The mission of the middle schools as defined by Japanese legal texts is teaching, the formation of the person, the learning of collective life, and the acquisition of moral sensibility (Lévi-Alvarès 2007: 168). This mission is conducted through various activities: moral education (dôtoku katsudô), special activities (tokubetsu katsudô), group-management class (gakkyü katsudô), activities of the student association (seitokai katsudô), club activities (kurabu katsudô), and organization of the different collective manifestations of the school (gakkô gyôji). Globally, one often hears that the teaching profession does not correspond to the expectations of young recruits. However, one of the significant differences with many Western countries is that speaking at meetings is discouraged for newcomers, as it does not correspond to the expectations of the teaching profession. Implicitly, young recruits are expected to start speaking when they have more experience and knowledge of the institution. It can last several years, but at the age of 35, it seems that one can begin to make one’s voice heard (Lévi-Alvarès 2007: 175). One of the reasons given to explain this is a principle of seniority -the older one is, the higher the status - where peer recognition depends on active and prolonged immersion in the school environment. For example, school management (gakkô keiei) books clearly define the teacher’s career: at age 20, he works exclusively with students as a teacher and facilitator; at age 30, he thinks of the insertion of his activity in the educational project of the establishment; at age 40, he assumes administrative responsibilities; and at age 50, he can choose a career as principal or deputy (Lévi-Alvarès 2007: 175). Hierarchy is everywhere. In the school field, it is between the different staff members, between the teacher and the pupil, between the pupils, and between the schools. There is always an inferior and a superior: there is always an older colleague, or a friend of a higher class (senpai Ikôhai), and establishments are classified according to an index, the hensachi. Hierarchy is a benchmark that allows individuals to situate themselves, to orient and limit their possibilities, and to focus their choices.

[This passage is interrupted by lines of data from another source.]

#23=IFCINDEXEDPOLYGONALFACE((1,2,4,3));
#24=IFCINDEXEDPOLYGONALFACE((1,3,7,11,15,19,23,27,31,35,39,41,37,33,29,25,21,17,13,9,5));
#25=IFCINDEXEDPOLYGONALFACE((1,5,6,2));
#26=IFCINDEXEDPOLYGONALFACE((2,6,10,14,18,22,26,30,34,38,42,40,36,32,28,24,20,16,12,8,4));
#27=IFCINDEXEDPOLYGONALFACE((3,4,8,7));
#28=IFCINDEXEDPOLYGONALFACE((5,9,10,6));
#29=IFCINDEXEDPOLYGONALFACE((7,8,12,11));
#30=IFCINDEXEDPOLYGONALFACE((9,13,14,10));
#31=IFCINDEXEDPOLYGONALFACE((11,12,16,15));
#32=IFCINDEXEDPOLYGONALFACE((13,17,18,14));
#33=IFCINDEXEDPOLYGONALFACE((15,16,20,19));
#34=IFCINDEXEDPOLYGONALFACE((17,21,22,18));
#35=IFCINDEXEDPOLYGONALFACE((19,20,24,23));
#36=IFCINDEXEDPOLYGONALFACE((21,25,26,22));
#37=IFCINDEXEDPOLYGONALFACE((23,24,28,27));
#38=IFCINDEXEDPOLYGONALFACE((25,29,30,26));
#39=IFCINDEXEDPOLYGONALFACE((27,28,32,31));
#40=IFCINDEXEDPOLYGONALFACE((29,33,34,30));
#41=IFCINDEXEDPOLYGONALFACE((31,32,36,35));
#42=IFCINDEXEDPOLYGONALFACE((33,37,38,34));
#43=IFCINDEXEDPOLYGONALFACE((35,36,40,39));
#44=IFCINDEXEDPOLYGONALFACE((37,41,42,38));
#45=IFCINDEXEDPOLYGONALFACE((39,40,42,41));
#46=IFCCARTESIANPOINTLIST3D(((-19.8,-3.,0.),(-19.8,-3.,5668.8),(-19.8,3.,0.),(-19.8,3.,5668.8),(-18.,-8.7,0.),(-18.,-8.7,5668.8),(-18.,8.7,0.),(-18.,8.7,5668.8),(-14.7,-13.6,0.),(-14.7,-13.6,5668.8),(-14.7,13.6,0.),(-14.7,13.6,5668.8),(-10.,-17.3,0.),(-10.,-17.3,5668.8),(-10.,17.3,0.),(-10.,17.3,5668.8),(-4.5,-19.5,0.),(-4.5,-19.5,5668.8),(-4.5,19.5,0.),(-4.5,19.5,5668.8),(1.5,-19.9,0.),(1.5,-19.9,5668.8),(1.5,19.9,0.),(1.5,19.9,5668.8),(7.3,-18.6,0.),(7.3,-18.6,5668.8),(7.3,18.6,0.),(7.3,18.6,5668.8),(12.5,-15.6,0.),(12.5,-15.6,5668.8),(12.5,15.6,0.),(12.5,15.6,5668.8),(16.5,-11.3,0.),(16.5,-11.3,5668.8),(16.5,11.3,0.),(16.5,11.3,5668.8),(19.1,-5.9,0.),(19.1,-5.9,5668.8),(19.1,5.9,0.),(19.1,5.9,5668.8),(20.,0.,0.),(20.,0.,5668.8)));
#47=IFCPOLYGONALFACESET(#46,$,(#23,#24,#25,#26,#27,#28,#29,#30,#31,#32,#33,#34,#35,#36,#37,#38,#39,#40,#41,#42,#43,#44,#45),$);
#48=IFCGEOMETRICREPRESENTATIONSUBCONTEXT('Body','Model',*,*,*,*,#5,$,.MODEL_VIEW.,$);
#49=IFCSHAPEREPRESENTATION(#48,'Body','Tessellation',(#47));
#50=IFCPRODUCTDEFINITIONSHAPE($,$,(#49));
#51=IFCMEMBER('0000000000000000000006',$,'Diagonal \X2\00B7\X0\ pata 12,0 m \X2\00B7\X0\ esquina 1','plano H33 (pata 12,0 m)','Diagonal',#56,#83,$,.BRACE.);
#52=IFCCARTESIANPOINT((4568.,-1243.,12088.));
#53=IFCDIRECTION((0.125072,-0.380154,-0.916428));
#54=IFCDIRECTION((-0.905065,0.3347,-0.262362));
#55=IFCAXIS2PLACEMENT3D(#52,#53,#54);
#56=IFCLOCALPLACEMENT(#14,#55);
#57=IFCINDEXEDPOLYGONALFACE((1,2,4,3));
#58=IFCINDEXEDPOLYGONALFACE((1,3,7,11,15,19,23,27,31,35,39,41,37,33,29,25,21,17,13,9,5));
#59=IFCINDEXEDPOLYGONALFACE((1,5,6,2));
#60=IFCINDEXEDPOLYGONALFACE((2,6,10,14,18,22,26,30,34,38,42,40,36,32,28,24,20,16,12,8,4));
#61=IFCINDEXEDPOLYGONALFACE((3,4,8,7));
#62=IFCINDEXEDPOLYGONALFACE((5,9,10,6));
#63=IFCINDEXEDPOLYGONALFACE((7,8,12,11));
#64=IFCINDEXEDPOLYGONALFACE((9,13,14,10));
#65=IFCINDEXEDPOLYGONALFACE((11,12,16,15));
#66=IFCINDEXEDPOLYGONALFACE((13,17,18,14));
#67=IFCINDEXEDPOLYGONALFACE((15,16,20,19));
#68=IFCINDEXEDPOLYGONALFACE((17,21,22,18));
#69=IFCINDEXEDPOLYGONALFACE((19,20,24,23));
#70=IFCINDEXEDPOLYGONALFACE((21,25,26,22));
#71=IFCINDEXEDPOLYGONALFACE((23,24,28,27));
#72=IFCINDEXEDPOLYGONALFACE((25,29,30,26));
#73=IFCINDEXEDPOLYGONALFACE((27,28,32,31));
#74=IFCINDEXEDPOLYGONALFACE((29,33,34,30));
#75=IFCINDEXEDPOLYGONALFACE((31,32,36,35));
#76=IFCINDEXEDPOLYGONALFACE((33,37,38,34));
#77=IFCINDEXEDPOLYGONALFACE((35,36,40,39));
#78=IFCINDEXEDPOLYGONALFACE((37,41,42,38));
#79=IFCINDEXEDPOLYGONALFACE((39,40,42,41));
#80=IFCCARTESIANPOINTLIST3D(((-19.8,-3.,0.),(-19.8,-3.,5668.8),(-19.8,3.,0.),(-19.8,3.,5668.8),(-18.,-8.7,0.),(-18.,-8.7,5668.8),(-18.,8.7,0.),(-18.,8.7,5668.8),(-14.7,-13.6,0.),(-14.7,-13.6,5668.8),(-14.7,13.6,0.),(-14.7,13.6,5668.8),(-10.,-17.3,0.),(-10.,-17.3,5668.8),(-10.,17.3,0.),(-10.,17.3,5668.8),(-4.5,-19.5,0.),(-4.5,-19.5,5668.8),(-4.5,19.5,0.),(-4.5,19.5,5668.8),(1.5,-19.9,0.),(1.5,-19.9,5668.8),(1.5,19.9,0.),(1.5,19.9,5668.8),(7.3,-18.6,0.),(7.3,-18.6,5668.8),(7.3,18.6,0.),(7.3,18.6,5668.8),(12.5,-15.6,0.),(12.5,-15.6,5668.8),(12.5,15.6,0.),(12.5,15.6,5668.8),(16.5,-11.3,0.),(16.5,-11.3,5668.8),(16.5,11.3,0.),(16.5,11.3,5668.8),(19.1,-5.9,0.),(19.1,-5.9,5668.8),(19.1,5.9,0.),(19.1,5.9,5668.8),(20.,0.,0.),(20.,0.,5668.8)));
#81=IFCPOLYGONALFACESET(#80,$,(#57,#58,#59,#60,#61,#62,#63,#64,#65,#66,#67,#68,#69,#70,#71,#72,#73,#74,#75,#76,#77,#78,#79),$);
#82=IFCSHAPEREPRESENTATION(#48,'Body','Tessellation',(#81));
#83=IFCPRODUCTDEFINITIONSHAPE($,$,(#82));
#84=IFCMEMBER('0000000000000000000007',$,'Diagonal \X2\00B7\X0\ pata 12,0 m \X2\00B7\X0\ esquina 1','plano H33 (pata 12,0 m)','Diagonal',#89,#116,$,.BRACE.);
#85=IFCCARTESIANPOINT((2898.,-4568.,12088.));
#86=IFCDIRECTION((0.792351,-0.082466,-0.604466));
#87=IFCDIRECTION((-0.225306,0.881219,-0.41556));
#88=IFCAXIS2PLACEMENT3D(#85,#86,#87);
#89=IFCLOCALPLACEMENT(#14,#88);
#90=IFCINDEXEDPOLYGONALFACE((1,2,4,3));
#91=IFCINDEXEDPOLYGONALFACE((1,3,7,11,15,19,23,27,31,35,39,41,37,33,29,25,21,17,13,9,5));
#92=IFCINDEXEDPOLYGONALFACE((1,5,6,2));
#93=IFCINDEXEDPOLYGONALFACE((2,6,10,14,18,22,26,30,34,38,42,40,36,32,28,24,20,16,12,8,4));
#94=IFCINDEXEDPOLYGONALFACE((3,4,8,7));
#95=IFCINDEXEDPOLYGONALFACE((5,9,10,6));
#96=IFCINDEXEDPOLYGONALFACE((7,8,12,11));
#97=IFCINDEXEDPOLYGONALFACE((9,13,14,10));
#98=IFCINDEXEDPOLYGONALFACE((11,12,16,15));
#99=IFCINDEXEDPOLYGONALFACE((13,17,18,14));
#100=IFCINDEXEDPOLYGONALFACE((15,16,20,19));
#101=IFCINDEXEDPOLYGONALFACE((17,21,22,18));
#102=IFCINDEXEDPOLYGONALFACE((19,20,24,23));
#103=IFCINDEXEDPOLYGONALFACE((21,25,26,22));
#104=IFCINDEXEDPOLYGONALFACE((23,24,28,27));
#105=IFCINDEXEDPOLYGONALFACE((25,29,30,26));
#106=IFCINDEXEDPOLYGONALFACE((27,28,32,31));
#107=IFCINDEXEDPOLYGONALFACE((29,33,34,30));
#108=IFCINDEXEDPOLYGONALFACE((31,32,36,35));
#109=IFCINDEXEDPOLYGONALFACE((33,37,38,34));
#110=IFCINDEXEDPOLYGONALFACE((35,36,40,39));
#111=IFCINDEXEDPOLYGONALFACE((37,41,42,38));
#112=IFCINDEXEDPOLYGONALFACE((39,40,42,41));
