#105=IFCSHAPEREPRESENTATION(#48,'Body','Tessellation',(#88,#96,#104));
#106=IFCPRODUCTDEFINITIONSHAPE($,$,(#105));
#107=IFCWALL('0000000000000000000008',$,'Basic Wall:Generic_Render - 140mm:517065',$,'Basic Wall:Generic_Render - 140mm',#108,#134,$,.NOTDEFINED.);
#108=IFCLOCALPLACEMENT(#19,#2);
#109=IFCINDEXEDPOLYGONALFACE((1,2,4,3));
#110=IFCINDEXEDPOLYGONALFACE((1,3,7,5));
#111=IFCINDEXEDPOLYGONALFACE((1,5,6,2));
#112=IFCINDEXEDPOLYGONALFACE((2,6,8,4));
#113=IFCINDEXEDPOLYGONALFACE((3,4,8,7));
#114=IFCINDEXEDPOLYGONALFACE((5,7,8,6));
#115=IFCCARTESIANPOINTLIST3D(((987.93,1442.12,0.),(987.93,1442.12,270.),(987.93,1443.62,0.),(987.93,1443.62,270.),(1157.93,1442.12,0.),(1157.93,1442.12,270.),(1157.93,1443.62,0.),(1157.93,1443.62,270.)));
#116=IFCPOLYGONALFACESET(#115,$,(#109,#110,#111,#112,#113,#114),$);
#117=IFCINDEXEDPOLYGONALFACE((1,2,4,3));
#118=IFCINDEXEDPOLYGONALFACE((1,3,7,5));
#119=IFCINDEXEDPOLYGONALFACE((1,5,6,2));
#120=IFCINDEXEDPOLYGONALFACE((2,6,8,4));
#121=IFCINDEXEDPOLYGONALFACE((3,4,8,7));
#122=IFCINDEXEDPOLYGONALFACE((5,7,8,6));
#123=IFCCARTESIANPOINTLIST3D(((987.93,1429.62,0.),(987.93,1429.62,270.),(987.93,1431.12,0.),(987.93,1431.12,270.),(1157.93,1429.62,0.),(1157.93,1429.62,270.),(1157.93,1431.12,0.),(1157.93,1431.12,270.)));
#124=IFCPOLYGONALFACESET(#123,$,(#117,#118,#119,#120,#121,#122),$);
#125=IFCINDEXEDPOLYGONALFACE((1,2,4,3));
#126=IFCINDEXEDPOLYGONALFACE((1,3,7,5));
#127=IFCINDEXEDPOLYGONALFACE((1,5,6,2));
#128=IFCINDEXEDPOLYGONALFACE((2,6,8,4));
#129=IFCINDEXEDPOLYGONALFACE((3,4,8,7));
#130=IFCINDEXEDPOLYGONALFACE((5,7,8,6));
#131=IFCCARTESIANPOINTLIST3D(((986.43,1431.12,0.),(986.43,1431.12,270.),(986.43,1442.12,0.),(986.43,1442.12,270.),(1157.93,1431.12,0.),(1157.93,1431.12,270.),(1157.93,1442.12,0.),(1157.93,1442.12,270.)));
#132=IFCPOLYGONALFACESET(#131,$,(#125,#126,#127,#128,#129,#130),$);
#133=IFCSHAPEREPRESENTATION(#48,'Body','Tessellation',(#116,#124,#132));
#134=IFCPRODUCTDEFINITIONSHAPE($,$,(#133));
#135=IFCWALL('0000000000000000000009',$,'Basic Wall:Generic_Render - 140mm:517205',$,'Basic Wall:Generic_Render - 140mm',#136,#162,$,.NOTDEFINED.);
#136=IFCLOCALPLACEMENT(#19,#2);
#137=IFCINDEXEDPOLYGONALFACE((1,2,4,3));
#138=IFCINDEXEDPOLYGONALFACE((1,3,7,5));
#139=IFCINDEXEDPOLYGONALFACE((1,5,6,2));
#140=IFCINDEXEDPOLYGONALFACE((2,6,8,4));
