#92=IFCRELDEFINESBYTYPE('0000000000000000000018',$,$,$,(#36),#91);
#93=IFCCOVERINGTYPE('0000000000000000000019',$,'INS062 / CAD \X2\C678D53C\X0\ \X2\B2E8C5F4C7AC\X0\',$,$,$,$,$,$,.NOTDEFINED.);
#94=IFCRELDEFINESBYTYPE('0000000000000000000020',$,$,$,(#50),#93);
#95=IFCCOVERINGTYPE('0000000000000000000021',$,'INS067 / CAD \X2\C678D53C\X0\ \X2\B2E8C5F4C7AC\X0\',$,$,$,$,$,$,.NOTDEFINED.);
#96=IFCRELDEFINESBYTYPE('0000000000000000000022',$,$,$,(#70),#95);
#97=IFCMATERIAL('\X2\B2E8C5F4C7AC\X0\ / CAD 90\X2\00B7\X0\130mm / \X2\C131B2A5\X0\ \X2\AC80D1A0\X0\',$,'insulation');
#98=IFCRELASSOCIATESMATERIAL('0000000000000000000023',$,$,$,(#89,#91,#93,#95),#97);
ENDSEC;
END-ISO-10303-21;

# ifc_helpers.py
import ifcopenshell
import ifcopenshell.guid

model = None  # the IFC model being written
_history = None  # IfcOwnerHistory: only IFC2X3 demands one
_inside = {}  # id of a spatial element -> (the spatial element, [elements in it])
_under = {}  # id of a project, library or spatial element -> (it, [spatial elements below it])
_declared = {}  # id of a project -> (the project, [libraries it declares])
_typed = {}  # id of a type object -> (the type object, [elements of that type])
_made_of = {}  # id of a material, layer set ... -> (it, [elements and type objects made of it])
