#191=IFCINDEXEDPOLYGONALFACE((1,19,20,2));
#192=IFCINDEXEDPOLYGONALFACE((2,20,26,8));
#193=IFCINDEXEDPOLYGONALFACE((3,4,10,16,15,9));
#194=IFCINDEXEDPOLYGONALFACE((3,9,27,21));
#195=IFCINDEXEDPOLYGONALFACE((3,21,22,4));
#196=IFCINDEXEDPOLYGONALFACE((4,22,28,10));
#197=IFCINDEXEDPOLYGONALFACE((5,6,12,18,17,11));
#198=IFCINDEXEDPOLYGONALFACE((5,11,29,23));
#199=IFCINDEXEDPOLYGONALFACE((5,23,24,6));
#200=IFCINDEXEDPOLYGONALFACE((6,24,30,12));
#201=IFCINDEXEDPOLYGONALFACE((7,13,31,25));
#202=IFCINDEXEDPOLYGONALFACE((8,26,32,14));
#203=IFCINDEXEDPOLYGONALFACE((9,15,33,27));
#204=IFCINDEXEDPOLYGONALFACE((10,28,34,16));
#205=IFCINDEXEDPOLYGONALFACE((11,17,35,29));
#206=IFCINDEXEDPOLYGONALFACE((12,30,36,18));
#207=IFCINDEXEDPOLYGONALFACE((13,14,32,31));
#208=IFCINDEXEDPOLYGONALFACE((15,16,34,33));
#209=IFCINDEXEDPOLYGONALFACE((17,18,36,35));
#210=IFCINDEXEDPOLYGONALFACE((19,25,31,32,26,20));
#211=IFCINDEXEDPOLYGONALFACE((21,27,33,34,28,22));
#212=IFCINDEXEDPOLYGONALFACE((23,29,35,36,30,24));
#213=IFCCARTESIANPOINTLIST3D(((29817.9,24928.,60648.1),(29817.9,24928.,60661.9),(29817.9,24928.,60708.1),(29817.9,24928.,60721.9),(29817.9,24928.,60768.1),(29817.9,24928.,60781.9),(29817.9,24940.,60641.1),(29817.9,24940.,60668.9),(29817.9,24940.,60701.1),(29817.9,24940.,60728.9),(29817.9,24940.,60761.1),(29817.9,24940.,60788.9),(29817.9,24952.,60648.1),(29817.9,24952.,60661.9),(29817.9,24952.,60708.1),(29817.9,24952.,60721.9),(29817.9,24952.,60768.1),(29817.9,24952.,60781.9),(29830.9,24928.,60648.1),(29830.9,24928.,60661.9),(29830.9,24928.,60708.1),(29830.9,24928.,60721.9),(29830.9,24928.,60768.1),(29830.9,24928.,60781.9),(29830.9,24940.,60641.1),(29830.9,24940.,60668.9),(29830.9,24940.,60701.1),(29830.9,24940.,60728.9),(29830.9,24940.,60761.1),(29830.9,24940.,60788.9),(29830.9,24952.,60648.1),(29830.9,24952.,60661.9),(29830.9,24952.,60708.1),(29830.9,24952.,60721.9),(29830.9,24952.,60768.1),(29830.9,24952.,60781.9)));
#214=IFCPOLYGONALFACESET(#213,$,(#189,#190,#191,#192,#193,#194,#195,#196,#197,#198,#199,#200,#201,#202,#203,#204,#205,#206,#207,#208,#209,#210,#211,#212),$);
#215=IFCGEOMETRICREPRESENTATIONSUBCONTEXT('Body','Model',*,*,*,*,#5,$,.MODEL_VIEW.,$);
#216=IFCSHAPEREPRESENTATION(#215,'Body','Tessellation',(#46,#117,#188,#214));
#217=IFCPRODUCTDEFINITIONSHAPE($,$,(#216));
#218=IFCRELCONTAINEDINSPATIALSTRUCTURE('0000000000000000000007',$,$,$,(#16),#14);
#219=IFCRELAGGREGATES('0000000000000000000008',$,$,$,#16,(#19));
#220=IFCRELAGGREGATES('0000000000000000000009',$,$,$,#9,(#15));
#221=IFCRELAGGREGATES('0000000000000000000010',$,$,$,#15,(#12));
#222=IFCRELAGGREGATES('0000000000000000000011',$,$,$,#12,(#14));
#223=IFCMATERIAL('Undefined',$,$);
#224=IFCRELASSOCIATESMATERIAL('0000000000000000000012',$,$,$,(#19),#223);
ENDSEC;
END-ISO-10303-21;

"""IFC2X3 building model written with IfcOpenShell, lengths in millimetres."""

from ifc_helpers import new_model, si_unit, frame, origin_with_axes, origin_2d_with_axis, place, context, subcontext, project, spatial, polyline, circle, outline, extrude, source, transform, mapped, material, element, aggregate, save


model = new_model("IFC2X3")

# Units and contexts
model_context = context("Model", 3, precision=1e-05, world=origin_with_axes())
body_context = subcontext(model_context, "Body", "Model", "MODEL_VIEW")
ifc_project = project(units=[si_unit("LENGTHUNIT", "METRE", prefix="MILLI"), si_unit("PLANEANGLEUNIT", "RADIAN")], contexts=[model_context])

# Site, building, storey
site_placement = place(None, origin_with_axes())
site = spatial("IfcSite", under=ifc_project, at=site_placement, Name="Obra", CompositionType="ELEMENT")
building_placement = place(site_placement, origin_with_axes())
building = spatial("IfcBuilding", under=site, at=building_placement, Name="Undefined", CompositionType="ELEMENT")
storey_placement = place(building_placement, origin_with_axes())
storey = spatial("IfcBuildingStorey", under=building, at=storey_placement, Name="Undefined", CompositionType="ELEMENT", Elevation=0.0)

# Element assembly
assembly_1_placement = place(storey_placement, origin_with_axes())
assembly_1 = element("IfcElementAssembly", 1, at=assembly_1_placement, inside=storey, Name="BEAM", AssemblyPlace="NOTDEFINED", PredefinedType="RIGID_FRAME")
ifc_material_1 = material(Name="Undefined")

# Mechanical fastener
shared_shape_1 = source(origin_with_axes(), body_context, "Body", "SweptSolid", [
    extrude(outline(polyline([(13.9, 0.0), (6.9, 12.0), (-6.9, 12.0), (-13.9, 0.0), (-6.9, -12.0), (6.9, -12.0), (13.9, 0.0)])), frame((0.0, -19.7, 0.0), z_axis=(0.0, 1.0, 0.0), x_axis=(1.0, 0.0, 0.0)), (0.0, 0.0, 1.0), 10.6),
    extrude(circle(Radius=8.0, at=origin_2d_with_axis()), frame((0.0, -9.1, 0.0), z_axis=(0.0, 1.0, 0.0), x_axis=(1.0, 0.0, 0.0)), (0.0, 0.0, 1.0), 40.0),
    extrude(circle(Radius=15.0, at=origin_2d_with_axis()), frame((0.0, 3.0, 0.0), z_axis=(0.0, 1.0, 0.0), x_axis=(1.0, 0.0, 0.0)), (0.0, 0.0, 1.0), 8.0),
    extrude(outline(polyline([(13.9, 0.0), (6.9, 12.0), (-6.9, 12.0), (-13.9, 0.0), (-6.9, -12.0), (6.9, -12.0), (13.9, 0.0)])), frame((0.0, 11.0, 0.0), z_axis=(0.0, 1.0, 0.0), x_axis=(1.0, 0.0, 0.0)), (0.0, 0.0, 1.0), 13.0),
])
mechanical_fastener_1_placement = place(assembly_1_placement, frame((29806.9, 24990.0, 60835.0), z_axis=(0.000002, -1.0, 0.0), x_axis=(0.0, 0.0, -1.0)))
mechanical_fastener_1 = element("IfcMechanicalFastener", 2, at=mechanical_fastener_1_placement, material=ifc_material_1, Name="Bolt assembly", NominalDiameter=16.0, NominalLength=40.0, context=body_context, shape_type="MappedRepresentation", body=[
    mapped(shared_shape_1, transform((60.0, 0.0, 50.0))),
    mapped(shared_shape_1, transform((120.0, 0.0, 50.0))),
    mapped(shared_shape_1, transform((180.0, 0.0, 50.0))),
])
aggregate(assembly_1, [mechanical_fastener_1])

Another powerful, central idea I regularly encounter is that school is an institution that manages almost the entire life of young people, from primary school to their professional life - whether it is post-high-school or post-university. Teachers are charged with missions that their counterparts in many other countries never practice. The most striking examples are the organization of club activities or sports events during summer holidays, home visits, and patrols during school holidays. The responsibility of the teacher extends far beyond the school’s spatial boundaries: teachers patrol at regular intervals during the summer holidays to observe “hot spots”; they identify bicycles in front of a karaoke, where alcohol can potentially be drunk (Letendre 1995: 178). These “holidays” are, therefore, not a period of rest detached from school obligations; only the nature of their work changes. When Shimizu Hirokichi observed how classes at a junior high school in Osaka operated in the late 1980s and early 1990s, he was confronted with teachers who made more than a hundred home visits a year. The teachers’ strategy for students who had difficulties was as follows: “The further away a student is from the required level, the more problems there are, the more relentlessly he or she will be guided” (Shimizu 2007: 126). Depending on one’s point of view, the school can be considered good or bullying, monitoring, or harassing. For example, the theme of home visits in the 1990s was the subject of debate: violation of privacy for some, a way to better understand children for others, and even a way of keeping Japanese culture alive (Tsuneyoshi 2007: 146-148).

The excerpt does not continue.